PLEASE NOTE: This is a linear driver, not a switchmode driver. What that means is that if the input voltage is much higher than the LED voltage, it will generate a LOT of heat. In most applications it will need to be attached to a large heatsink to prevent overheating. Most handheld lights will overheat if driven at high currents for more than short periods. The amount of power dissipated in the driver can be calculated using the following equation:

P = (Vin-Vled) * Iled.

The efficiency of this driver depends entirely on the choice of battery and LED, and the wiring configuration. In the basic configuration, the efficiency can be calculated using the following equation:

Eff = Vled/Vbat

The price is $35.00 each plus postage, prepaid. I use USPS flat-rate box at $5.80 within the US. Most international shipments are a flat $20.00 fee. PM me before ordering if you want it shipped outside the US. You may be liable for import duty or other fees, which can be substantial. Please contact your customs office if you are concerned.

I recommend 4-C shielded w/drain cable for remote location of mode switches, pots, etc. Since it's hard to buy in small quantities, I am stocking that too. Price is 1-9 feet, $0.50/ft. 10-49 feet, $0.40/ft. 50+ feet, $0.30/ft.

Payment is paypal (dlburdette 'at' juno 'dot' com). If you want to pay some other way, let me know. Please put your username in the Paypal notes so I can match up posts with payments. Thanks!

Since there are six different versions, these are usually made to order. I usually ship within 2-3 days of receiving your payment.
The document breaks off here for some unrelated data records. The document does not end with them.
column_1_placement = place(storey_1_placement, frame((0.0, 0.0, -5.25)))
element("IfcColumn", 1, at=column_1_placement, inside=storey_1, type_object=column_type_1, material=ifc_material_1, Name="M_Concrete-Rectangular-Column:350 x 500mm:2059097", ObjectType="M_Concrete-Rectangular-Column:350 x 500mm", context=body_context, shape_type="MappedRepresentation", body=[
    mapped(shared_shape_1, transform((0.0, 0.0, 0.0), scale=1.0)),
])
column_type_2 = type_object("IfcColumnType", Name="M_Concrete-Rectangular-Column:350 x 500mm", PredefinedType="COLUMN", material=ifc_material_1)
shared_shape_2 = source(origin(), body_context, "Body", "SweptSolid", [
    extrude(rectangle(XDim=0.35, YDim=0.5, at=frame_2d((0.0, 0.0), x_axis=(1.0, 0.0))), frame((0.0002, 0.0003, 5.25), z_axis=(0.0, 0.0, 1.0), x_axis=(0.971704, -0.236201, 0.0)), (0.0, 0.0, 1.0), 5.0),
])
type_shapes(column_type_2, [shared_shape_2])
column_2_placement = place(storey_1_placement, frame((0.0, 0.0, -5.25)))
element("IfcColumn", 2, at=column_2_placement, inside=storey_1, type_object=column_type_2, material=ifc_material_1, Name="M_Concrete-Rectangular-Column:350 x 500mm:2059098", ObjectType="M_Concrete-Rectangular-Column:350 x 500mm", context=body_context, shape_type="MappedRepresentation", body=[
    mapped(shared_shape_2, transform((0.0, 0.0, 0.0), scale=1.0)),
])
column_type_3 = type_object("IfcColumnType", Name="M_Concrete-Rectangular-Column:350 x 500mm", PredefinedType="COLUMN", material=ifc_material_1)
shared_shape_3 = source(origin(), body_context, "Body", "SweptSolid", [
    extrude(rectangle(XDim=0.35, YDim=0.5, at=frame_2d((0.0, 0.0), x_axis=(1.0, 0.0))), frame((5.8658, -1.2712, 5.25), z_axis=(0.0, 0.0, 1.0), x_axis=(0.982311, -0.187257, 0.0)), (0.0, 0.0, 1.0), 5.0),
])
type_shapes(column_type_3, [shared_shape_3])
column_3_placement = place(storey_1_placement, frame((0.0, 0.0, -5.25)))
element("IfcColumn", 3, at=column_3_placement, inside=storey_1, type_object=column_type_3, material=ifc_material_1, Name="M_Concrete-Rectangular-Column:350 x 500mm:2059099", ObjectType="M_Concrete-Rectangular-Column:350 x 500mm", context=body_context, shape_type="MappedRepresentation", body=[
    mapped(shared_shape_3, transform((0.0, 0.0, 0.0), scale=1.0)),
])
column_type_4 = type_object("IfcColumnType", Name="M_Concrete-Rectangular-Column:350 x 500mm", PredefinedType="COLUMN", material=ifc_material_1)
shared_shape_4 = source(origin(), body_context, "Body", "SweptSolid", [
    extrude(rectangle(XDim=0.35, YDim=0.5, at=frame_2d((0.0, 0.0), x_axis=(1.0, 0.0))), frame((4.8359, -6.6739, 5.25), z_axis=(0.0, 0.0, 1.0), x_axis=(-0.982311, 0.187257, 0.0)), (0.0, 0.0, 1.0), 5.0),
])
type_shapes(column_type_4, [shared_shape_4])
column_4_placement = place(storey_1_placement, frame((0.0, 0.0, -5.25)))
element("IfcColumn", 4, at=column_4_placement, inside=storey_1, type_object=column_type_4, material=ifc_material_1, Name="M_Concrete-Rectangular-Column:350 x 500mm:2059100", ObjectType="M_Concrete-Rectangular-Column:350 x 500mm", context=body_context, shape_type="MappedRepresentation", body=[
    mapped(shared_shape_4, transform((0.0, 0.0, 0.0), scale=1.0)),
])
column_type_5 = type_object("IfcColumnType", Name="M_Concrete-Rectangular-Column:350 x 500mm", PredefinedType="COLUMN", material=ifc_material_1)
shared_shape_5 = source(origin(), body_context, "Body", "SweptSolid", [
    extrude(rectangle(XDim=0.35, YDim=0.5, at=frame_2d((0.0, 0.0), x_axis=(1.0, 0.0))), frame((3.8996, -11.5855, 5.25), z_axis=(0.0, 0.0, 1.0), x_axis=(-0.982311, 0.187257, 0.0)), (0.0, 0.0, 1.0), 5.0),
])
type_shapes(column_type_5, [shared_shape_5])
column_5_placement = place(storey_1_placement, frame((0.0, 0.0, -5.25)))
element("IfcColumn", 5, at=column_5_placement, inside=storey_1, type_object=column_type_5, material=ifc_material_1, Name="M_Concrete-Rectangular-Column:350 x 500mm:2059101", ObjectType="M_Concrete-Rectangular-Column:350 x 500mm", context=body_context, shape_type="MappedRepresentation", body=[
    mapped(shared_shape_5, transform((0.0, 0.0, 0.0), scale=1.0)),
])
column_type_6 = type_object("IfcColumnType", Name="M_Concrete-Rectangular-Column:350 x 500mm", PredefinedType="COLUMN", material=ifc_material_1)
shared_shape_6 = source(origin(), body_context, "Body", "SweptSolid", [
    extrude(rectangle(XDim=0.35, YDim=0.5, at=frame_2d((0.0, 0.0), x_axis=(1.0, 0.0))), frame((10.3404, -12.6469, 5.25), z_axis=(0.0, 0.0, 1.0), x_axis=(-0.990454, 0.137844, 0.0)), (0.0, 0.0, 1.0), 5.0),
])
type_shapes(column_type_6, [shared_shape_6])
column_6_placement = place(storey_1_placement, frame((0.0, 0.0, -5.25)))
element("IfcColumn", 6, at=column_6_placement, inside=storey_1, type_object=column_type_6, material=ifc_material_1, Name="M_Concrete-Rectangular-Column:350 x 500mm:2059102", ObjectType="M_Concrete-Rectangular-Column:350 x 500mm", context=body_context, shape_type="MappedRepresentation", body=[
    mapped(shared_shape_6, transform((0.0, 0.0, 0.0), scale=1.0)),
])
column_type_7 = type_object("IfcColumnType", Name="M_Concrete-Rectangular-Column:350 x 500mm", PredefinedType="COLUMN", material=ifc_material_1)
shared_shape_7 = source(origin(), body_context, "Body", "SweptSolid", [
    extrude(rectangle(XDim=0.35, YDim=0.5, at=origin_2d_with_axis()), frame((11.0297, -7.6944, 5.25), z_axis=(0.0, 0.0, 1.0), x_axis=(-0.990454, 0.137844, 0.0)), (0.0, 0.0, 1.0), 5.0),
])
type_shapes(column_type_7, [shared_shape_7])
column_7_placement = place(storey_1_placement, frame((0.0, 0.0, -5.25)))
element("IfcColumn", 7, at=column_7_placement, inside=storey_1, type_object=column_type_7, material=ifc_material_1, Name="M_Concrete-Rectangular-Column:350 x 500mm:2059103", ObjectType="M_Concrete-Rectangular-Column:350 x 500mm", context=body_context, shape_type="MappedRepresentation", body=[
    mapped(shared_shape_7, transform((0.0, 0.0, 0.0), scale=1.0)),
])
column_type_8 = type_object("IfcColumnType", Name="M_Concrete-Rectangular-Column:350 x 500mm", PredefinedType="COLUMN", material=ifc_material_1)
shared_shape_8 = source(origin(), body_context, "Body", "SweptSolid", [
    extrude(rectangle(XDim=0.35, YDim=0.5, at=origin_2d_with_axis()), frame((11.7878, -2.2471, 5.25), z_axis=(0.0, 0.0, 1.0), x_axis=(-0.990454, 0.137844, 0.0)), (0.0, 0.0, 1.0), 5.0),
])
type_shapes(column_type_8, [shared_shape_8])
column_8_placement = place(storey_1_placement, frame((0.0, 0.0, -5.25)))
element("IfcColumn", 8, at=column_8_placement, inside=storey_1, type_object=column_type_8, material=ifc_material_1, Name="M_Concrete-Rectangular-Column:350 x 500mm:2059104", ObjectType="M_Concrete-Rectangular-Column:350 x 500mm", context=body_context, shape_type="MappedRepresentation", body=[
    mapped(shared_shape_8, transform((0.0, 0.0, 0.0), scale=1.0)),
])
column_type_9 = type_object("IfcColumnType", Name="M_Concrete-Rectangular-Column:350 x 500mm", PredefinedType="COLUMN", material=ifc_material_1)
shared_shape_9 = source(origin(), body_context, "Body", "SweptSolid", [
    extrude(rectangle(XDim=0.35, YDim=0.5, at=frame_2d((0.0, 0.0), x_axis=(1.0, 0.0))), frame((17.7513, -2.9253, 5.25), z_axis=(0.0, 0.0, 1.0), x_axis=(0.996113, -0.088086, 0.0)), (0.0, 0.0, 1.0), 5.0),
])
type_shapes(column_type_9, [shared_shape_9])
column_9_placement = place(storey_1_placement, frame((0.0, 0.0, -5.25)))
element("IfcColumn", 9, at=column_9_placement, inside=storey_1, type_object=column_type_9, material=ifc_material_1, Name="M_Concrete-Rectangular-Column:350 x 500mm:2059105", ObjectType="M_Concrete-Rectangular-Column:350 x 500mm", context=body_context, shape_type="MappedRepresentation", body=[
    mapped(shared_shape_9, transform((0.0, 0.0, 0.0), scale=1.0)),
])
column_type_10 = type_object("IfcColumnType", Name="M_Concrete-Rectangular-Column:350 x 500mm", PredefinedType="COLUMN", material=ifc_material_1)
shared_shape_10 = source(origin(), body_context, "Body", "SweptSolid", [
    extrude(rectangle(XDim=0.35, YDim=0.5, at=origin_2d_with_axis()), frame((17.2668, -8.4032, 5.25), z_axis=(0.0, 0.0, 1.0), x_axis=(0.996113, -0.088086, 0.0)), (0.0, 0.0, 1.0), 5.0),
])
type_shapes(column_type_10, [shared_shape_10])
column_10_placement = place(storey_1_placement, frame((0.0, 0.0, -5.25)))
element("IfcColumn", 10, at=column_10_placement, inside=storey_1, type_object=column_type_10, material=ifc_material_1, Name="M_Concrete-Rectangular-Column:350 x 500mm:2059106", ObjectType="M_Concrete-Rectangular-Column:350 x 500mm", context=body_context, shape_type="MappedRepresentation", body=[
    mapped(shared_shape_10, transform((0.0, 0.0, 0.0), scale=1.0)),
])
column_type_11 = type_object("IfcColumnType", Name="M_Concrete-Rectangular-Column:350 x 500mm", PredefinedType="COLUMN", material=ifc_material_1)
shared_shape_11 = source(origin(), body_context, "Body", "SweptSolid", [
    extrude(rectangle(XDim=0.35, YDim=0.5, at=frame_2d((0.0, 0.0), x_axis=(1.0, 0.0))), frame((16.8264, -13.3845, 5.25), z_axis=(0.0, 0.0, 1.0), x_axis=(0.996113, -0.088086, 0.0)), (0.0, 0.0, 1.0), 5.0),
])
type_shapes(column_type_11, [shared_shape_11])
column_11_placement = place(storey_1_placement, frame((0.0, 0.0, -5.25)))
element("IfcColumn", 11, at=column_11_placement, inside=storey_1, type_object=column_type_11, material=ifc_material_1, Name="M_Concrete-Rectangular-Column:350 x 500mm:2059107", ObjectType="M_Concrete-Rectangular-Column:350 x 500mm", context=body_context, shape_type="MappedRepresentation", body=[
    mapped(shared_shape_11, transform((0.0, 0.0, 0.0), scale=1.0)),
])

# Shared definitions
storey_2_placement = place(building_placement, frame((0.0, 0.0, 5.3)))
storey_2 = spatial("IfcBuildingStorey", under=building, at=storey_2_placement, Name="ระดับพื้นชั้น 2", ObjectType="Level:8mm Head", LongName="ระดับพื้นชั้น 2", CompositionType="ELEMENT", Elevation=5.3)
Please make arrangements with me prior to ordering if you need a specific delivery schedule.

I currently have in stock:Single-cell:​10A - qty 1​16.7A - qty 1
25A - qty 1​Multi-cell:​10A - qty 1
16.7A - qty 1​25A - qty 1
​I can currently make at least 5 of any version in a few days.


----------



## gofastman (Mar 3, 2015)

Any chance the 25A version could be made on a ≤26mm board for c cell Maglites?


----------



## DIWdiver (Mar 3, 2015)

No.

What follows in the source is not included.